◆ Problem requirements
Copy out, from the entries below, each line holding the string "SweptSolid".

◆ Given entries
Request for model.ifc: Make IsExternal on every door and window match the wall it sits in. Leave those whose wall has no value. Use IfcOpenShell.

First a look at what the model holds.

```python
import ifcopenshell
import ifcopenshell.util.element

model = ifcopenshell.open("model.ifc")
print(model.schema)
seen = {}
for e in model.by_type("IfcDoor") + model.by_type("IfcWindow"):
    if not e.FillsVoids:
        continue
    host = e.FillsVoids[0].RelatingOpeningElement.VoidsElements[0].RelatingBuildingElement
    own = ifcopenshell.util.element.get_pset(e, f"Pset_{e.is_a()[3:].removesuffix('StandardCase')}Common", "IsExternal")
    wall = ifcopenshell.util.element.get_pset(host, "Pset_WallCommon", "IsExternal")
    seen[e.is_a(), own, wall] = seen.get((e.is_a(), own, wall), 0) + 1
for (cls, own, wall), count in sorted(seen.items(), key=str):
    print(count, cls, "IsExternal:", own, "| host wall:", wall)
```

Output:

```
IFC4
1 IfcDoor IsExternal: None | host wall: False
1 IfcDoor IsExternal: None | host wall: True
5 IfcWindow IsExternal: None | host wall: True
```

```python
import ifcopenshell
import ifcopenshell.api.pset
import ifcopenshell.util.element

model = ifcopenshell.open("model.ifc")

count = 0
for ifc_class, pset_name in (("IfcDoor", "Pset_DoorCommon"), ("IfcWindow", "Pset_WindowCommon")):
    for e in model.by_type(ifc_class):
        if not e.FillsVoids:
            continue
        host = e.FillsVoids[0].RelatingOpeningElement.VoidsElements[0].RelatingBuildingElement
        external = ifcopenshell.util.element.get_pset(host, "Pset_WallCommon", "IsExternal")
        if external is None or ifcopenshell.util.element.get_pset(e, pset_name, "IsExternal") == external:
            continue
        pset = ifcopenshell.api.pset.add_pset(model, product=e, name=pset_name)
        ifcopenshell.api.pset.edit_pset(model, pset=pset, properties={"IsExternal": external})
        count += 1

print(count, "updated")

model.write("model_v2.ifc")
```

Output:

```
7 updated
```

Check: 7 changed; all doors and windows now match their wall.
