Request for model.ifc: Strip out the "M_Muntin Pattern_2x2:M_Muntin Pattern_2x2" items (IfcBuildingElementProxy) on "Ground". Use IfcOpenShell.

First a look at what the model holds.

```python
import ifcopenshell
import ifcopenshell.util.element

model = ifcopenshell.open("model.ifc")
print(model.schema)
storey = next(s for s in model.by_type("IfcBuildingStorey") if s.Name == "Ground")
proxies = [e for e in ifcopenshell.util.element.get_decomposition(storey) if e.is_a("IfcBuildingElementProxy")]
seen = {}
for e in proxies:
    element_type = ifcopenshell.util.element.get_type(e)
    name = element_type.Name if element_type not in (None, e) else None
    seen[name] = seen.get(name, 0) + 1
for name, count in sorted(seen.items(), key=str):
    print(count, "x", name)
```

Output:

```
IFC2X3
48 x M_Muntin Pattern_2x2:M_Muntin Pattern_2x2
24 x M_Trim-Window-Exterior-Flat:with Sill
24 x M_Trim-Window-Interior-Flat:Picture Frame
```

```python
import ifcopenshell
import ifcopenshell.api.root
import ifcopenshell.util.element

model = ifcopenshell.open("model.ifc")

storey = next(s for s in model.by_type("IfcBuildingStorey") if s.Name == "Ground")
proxies = [e for e in ifcopenshell.util.element.get_decomposition(storey) if e.is_a("IfcBuildingElementProxy")]
targets = [e for e in proxies if (t := ifcopenshell.util.element.get_type(e)) not in (None, e) and t.Name == "M_Muntin Pattern_2x2:M_Muntin Pattern_2x2"]

for e in targets:
    ifcopenshell.api.root.remove_product(model, product=e)
print(len(targets), "removed")

model.write("model_rev.ifc")
```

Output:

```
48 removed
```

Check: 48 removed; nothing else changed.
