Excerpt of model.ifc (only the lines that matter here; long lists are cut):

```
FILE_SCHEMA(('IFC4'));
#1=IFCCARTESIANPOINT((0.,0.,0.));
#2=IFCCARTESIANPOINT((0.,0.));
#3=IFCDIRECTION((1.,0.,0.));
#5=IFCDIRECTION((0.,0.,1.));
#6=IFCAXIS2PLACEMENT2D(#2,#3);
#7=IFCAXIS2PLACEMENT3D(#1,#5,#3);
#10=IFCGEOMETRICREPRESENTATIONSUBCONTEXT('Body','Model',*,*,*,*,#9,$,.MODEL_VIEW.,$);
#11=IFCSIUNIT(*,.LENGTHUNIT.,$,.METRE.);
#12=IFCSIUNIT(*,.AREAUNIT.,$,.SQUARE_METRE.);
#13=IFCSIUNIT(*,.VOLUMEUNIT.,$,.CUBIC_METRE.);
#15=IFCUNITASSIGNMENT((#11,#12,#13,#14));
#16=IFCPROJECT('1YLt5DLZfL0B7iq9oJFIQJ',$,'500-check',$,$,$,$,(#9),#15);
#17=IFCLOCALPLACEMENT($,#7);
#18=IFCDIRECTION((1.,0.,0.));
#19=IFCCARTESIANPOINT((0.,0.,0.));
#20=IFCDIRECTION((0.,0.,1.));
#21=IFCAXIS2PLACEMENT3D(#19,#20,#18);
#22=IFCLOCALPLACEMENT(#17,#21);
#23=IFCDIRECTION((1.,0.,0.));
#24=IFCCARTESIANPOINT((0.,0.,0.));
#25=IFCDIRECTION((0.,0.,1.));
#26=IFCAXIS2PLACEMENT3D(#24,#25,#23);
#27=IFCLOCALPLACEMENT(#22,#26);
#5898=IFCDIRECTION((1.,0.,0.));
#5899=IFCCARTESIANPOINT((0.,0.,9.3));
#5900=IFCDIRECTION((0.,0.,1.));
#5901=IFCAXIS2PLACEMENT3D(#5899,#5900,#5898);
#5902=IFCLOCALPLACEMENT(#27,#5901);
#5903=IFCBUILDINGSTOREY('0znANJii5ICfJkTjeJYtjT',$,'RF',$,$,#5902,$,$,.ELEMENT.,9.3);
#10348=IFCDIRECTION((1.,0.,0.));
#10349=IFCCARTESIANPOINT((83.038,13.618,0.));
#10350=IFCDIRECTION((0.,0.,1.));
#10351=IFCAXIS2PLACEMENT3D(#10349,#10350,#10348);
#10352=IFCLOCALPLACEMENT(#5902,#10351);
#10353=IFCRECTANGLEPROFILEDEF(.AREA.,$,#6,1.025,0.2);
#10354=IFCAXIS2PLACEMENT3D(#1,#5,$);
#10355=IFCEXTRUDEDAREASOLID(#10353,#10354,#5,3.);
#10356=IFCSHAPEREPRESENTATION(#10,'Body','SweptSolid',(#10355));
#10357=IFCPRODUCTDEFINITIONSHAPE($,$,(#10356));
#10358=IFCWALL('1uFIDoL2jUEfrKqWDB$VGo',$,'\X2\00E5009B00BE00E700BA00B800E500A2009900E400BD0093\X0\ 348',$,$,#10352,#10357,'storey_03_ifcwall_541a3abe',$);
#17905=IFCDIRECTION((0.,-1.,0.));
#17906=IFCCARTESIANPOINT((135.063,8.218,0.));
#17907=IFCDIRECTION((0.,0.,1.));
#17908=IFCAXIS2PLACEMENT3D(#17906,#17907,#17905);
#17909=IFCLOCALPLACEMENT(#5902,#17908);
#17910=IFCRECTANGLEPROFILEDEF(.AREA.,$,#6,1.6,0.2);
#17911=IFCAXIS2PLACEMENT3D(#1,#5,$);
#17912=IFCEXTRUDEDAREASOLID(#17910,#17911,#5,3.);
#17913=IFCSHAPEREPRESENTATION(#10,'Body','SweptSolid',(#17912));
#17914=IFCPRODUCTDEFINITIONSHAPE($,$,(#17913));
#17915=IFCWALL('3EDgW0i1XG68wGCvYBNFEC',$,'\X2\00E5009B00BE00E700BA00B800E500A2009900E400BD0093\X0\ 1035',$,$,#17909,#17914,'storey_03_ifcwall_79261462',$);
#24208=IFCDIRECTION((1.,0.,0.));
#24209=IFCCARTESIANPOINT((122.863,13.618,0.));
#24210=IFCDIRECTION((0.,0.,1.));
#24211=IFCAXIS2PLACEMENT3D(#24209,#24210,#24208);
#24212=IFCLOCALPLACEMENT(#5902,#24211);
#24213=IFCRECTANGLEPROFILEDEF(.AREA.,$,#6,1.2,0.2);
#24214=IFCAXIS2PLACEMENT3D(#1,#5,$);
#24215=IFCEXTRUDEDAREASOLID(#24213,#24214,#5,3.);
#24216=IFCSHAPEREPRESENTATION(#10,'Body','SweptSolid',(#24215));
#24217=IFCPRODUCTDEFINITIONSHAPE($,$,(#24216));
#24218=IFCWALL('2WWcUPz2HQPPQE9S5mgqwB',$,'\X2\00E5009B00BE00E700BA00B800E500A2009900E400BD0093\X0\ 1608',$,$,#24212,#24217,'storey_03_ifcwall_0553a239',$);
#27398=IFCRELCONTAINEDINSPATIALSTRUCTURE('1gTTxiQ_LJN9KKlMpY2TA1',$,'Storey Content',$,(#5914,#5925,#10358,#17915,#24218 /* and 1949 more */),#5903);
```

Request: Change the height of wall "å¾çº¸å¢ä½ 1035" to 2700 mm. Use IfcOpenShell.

```python
import ifcopenshell
import ifcopenshell.geom
import ifcopenshell.util.representation
import ifcopenshell.util.shape
import ifcopenshell.util.unit

model = ifcopenshell.open("model.ifc")
unit_scale = ifcopenshell.util.unit.calculate_unit_scale(model)
settings = ifcopenshell.geom.settings()


def volume(element):
    """Net volume in cubic metres, openings subtracted."""
    shape = ifcopenshell.geom.create_shape(settings, element)
    return ifcopenshell.util.shape.get_volume(shape.geometry)


wall = model.by_guid("3EDgW0i1XG68wGCvYBNFEC")
before = volume(wall)

body = ifcopenshell.util.representation.get_representation(wall, "Model", "Body")
solid = body.Items[0]
old_height = solid.Depth
solid.Depth = 2.7 / unit_scale
after = volume(wall)

print(f"height {old_height:g} -> {solid.Depth:g}, volume {before:.3f} -> {after:.3f} m3")

model.write("model_rev.ifc")
```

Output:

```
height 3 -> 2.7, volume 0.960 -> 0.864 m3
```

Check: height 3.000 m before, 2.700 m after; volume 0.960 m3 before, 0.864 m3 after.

◆ Written response
#10356=IFCSHAPEREPRESENTATION(#10,'Body','SweptSolid',(#10355));
#17913=IFCSHAPEREPRESENTATION(#10,'Body','SweptSolid',(#17912));
#24216=IFCSHAPEREPRESENTATION(#10,'Body','SweptSolid',(#24215));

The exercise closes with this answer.